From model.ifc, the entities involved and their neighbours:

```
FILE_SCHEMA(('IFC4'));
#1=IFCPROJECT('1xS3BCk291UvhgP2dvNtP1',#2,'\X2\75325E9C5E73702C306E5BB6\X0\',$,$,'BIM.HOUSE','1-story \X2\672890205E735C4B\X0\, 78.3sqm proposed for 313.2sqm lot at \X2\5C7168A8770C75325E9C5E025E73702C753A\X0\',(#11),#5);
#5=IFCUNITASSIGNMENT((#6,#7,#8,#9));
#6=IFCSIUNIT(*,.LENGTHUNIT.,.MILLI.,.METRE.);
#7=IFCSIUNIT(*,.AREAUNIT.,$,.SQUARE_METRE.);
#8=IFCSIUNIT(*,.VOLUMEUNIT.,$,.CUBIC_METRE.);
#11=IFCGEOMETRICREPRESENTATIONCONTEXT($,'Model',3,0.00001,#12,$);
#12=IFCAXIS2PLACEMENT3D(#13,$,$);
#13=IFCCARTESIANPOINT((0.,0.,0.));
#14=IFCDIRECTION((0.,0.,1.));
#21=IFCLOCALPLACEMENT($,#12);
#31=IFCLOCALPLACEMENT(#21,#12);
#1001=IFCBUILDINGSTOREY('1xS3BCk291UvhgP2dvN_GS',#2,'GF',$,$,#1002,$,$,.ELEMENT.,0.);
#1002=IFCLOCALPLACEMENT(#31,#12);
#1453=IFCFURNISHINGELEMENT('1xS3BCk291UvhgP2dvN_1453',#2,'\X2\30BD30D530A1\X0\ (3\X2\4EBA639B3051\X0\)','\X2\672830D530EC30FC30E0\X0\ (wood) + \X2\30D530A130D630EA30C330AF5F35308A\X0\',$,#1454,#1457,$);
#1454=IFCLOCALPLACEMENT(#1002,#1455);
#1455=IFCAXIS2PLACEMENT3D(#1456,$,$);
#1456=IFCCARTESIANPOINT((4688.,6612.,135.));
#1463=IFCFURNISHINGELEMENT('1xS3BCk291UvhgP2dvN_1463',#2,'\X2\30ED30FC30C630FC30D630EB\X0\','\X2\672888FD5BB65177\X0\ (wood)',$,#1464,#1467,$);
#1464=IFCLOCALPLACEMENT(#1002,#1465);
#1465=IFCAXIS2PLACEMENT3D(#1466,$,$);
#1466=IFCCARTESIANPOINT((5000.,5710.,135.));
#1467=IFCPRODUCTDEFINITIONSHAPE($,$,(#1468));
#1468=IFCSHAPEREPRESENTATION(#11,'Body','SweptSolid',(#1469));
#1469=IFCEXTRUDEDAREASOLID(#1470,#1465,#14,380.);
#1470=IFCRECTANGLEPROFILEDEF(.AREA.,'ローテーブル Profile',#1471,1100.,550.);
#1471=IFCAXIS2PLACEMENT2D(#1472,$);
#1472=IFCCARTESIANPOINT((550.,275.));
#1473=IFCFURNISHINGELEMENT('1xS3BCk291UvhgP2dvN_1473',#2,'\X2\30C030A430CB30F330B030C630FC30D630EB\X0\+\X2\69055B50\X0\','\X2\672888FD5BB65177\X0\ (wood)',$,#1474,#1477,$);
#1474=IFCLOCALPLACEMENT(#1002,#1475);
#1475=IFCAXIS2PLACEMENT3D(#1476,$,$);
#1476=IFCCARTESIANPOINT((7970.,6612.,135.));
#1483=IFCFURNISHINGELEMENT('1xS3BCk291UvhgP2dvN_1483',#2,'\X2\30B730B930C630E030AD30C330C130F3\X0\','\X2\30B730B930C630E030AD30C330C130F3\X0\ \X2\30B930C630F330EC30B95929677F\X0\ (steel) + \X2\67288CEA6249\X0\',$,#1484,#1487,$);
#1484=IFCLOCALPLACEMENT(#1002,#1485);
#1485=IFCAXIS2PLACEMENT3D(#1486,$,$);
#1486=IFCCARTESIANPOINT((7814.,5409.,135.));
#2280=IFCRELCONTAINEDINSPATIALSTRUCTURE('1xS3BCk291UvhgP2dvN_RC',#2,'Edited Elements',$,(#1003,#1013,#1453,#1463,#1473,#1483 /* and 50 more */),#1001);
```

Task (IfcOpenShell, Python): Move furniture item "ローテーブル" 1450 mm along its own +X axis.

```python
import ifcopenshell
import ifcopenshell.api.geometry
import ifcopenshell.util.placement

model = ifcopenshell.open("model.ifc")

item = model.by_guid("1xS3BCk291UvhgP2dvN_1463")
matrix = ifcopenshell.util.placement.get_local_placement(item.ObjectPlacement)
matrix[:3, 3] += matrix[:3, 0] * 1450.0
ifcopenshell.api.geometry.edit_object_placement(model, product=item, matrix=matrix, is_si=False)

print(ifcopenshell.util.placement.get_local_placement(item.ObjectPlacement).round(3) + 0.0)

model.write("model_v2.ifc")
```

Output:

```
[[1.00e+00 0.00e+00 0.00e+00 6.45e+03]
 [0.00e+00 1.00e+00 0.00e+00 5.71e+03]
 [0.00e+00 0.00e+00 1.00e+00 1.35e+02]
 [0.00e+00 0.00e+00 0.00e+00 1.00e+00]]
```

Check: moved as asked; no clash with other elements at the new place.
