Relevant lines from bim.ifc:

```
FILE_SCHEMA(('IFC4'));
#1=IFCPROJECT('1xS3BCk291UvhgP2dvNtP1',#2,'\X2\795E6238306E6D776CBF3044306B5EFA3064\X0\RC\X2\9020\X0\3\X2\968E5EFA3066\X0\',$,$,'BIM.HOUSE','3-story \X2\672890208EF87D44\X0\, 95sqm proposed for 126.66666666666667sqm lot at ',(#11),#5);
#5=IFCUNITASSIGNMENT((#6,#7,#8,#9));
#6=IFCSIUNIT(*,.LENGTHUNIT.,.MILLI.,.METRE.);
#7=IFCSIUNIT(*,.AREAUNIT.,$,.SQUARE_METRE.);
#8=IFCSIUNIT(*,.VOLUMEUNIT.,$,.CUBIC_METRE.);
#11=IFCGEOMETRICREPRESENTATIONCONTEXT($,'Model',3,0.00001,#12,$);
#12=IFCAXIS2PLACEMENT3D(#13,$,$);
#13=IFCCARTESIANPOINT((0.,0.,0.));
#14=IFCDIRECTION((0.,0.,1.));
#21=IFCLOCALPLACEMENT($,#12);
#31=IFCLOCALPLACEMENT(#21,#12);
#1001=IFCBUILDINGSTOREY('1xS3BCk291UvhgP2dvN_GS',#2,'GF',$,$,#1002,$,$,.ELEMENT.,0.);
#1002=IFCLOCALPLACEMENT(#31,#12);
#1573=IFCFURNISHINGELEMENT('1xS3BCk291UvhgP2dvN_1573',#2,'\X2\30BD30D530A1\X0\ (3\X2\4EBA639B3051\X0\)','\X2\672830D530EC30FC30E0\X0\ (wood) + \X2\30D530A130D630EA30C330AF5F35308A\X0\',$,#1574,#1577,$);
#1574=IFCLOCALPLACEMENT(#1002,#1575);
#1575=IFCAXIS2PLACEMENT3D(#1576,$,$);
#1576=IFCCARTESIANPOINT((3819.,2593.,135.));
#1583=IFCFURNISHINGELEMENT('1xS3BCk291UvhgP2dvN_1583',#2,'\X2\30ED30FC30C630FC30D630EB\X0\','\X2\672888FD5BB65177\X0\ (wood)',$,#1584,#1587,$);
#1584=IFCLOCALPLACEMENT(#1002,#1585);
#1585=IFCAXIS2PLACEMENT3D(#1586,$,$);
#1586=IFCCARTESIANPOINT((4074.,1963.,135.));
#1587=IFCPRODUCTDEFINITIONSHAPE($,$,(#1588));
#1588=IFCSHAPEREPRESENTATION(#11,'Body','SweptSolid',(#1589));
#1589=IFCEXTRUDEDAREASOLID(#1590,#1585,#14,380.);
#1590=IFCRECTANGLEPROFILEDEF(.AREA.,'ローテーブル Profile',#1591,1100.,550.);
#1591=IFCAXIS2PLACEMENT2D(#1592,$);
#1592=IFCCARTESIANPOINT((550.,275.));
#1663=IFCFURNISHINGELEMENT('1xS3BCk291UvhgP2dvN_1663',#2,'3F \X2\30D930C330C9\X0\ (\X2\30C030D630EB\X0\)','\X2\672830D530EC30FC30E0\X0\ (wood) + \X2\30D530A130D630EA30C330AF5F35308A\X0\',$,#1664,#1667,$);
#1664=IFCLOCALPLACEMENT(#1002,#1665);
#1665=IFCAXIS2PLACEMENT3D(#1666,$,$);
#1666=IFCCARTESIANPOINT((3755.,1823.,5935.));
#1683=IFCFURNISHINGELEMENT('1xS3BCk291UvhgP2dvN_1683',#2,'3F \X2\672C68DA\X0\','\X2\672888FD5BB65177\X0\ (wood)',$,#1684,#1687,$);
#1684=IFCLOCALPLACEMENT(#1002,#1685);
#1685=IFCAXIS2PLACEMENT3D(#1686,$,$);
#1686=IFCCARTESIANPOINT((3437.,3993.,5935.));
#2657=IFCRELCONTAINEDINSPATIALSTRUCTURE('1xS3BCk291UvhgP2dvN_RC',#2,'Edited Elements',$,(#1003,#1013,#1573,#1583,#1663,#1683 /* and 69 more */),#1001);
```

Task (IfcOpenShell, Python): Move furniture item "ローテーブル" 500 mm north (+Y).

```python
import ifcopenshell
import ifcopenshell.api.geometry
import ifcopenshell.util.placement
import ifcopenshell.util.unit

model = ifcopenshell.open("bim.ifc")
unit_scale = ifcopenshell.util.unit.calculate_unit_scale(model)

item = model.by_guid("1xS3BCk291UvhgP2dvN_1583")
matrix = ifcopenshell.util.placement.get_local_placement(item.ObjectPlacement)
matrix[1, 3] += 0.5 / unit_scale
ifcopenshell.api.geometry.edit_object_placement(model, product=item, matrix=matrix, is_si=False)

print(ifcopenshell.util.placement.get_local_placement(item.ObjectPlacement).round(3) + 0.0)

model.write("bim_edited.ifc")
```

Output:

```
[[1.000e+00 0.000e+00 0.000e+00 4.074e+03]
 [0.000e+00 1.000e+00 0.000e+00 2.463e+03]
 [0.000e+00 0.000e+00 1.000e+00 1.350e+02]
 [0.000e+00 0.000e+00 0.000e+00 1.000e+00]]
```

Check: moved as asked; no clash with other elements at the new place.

Instructions to follow |
Every line in the data above that contains "Profile" needs to be copied.

Exercise response |
#1470=IFCRECTANGLEPROFILEDEF(.AREA.,'ローテーブル Profile',#1471,1100.,550.);
#1590=IFCRECTANGLEPROFILEDEF(.AREA.,'ローテーブル Profile',#1591,1100.,550.);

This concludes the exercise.